◆ Work instruction:
Please copy each line of the records below that holds the word "IFCPRODUCTDEFINITIONSHAPE".

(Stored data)

========

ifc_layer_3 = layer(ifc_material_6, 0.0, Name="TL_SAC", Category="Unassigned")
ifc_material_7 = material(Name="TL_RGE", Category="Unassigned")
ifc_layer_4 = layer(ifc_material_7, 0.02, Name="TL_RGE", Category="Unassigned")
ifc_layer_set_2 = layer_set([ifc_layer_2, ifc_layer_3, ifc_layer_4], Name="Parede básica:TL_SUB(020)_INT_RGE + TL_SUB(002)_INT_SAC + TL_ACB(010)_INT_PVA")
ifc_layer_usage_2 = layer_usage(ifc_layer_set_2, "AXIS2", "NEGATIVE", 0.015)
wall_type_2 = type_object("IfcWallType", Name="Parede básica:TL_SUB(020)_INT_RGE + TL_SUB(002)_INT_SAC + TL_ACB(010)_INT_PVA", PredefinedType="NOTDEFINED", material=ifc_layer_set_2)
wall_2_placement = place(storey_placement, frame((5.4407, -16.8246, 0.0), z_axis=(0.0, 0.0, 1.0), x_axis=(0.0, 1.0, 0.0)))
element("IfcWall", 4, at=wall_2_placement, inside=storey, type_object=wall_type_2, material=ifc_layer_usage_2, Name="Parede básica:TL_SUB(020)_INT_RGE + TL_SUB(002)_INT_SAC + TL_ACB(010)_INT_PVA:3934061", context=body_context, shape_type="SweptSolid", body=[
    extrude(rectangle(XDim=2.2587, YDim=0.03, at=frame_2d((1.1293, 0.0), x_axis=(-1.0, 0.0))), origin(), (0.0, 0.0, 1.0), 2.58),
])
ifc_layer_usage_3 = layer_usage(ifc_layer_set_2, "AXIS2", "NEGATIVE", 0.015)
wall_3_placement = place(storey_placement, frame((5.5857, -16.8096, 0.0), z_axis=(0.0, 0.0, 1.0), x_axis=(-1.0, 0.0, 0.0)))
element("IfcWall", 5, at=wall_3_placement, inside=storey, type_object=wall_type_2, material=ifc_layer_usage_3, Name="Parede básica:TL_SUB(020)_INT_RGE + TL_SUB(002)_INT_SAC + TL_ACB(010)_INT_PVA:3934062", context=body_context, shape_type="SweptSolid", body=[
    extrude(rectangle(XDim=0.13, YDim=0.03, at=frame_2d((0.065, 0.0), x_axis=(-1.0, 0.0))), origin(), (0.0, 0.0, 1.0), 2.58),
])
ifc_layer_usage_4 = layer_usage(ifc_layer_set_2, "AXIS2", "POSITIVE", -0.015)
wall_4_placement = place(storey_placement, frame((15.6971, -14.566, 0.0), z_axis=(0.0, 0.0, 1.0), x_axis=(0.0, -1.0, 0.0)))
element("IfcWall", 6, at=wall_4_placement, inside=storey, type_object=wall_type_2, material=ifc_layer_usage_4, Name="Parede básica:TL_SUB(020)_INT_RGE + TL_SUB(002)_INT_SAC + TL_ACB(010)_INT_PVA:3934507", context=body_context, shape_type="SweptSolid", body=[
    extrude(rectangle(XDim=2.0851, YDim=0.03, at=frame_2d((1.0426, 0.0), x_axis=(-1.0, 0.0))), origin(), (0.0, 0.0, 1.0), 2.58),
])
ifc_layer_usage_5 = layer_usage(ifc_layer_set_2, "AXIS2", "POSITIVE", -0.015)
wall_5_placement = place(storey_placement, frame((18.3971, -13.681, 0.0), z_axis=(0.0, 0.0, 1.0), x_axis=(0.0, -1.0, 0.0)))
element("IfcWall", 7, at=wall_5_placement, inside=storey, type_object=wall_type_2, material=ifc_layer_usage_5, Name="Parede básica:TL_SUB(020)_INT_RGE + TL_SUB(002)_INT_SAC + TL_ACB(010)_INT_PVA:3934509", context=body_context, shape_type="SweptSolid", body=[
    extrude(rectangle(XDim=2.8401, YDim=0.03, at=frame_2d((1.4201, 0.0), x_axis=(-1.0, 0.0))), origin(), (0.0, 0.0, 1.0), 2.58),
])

========

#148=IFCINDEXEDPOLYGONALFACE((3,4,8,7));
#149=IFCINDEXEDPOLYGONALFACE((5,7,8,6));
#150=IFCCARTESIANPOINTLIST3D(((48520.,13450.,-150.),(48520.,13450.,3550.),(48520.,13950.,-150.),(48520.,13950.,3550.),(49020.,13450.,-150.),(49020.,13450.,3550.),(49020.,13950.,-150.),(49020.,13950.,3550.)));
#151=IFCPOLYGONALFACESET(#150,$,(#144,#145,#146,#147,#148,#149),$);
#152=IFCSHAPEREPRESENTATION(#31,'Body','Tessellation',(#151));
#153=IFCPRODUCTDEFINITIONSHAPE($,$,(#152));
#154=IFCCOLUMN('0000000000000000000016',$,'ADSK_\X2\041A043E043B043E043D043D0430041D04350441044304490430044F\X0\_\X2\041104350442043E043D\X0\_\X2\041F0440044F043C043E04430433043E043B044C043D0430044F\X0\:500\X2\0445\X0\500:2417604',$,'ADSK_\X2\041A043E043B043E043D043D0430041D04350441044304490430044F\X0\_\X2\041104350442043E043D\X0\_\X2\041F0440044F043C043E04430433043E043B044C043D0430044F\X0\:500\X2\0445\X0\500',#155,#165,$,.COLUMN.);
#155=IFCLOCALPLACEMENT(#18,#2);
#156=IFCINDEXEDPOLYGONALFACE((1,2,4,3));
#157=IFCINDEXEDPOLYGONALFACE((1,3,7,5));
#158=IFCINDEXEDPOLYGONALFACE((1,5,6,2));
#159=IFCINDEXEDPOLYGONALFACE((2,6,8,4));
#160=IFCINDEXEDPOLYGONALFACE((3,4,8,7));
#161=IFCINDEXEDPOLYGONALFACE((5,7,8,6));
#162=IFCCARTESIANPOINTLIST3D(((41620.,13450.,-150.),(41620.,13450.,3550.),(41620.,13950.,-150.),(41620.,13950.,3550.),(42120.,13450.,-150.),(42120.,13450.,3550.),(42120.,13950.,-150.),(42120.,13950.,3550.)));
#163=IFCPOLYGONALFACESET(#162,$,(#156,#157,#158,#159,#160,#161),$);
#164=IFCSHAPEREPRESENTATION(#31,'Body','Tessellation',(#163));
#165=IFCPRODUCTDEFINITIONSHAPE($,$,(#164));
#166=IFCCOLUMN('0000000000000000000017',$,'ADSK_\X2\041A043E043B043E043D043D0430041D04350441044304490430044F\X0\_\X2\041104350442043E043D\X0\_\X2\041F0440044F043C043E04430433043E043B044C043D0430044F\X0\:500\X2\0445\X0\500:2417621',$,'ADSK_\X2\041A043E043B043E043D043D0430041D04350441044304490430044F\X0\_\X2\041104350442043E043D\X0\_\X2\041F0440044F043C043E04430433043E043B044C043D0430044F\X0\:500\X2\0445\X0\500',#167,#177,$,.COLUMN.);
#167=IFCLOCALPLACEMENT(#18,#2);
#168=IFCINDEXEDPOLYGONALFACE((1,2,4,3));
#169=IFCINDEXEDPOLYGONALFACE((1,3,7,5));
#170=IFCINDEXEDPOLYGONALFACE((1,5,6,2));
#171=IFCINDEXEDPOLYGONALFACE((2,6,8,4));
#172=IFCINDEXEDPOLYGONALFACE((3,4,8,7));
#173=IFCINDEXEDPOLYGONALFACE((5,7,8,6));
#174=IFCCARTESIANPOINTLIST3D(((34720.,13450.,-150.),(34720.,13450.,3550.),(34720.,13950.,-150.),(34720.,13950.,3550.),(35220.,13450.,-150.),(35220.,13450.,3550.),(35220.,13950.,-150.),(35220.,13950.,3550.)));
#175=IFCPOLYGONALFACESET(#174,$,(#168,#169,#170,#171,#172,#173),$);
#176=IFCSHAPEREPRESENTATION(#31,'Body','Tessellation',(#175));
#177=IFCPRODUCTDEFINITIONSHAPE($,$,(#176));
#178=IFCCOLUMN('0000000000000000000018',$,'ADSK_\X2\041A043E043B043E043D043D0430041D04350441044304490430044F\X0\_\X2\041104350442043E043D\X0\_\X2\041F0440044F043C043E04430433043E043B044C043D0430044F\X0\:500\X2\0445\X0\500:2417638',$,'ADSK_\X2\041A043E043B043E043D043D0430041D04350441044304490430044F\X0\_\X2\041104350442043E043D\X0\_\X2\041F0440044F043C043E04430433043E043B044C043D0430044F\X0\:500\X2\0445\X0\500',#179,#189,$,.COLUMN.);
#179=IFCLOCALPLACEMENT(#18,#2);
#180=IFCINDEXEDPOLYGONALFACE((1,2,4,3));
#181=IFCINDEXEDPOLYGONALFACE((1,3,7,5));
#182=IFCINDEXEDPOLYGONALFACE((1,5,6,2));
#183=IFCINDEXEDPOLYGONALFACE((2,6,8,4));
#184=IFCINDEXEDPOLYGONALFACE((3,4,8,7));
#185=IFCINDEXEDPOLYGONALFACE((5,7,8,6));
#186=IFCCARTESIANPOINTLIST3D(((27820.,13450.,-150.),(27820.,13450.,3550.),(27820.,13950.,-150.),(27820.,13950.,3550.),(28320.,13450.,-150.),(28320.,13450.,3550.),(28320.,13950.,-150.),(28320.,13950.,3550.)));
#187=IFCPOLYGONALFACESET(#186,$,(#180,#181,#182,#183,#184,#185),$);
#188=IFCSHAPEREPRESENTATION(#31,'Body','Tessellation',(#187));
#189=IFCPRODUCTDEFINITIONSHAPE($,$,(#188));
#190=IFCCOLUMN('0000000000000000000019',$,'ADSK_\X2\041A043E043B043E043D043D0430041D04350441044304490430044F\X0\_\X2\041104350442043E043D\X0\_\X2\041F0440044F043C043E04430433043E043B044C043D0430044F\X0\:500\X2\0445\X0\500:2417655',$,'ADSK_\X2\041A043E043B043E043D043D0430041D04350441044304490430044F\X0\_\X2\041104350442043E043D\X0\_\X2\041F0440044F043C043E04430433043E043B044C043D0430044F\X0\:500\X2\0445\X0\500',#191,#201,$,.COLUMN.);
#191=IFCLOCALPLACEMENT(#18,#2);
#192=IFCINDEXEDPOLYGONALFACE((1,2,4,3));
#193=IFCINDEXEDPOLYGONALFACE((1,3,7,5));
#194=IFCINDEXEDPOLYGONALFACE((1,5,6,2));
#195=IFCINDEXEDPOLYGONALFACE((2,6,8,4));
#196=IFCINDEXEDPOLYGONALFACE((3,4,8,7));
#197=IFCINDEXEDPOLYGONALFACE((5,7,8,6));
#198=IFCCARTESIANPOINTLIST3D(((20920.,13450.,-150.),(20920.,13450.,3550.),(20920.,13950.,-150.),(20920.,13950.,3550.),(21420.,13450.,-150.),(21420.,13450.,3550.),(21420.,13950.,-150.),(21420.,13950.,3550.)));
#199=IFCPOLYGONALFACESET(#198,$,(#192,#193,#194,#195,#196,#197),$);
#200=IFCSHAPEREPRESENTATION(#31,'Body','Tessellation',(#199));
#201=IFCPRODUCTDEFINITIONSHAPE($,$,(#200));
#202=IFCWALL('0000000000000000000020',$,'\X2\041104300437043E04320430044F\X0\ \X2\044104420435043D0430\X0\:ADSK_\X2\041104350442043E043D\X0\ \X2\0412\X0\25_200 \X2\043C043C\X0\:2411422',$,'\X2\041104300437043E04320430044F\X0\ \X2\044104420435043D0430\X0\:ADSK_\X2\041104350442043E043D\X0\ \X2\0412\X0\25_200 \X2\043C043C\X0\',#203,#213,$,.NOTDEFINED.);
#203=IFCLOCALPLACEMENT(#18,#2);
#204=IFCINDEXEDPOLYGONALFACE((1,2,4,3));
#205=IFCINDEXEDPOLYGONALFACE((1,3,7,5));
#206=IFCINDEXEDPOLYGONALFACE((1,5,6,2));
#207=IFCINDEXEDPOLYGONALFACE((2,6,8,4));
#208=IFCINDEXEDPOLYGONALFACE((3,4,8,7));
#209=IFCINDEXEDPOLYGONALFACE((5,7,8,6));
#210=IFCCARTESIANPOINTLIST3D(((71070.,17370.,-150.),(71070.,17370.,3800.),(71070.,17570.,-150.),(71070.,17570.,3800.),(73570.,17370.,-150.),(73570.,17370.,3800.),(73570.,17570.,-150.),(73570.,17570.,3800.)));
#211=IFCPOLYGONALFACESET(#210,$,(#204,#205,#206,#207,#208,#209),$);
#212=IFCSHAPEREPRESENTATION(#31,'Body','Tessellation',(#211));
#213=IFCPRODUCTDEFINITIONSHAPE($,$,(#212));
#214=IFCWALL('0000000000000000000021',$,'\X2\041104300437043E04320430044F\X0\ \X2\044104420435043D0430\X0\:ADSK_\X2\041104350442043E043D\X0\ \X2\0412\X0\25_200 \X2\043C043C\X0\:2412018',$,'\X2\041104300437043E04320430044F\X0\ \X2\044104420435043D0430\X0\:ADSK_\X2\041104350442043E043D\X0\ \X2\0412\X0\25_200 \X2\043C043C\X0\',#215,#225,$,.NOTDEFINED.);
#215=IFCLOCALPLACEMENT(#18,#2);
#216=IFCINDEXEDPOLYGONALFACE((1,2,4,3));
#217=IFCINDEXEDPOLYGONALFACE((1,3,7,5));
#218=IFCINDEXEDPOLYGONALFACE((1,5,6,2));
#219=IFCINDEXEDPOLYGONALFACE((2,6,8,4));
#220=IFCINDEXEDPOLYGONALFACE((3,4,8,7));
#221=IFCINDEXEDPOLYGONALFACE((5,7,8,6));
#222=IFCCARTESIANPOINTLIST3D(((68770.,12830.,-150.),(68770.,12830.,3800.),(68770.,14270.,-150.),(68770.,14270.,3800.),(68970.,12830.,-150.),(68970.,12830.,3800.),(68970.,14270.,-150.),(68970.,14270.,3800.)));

========

◆ Solution for this problem:
#153=IFCPRODUCTDEFINITIONSHAPE($,$,(#152));
#165=IFCPRODUCTDEFINITIONSHAPE($,$,(#164));
#177=IFCPRODUCTDEFINITIONSHAPE($,$,(#176));
#189=IFCPRODUCTDEFINITIONSHAPE($,$,(#188));
#201=IFCPRODUCTDEFINITIONSHAPE($,$,(#200));
#213=IFCPRODUCTDEFINITIONSHAPE($,$,(#212));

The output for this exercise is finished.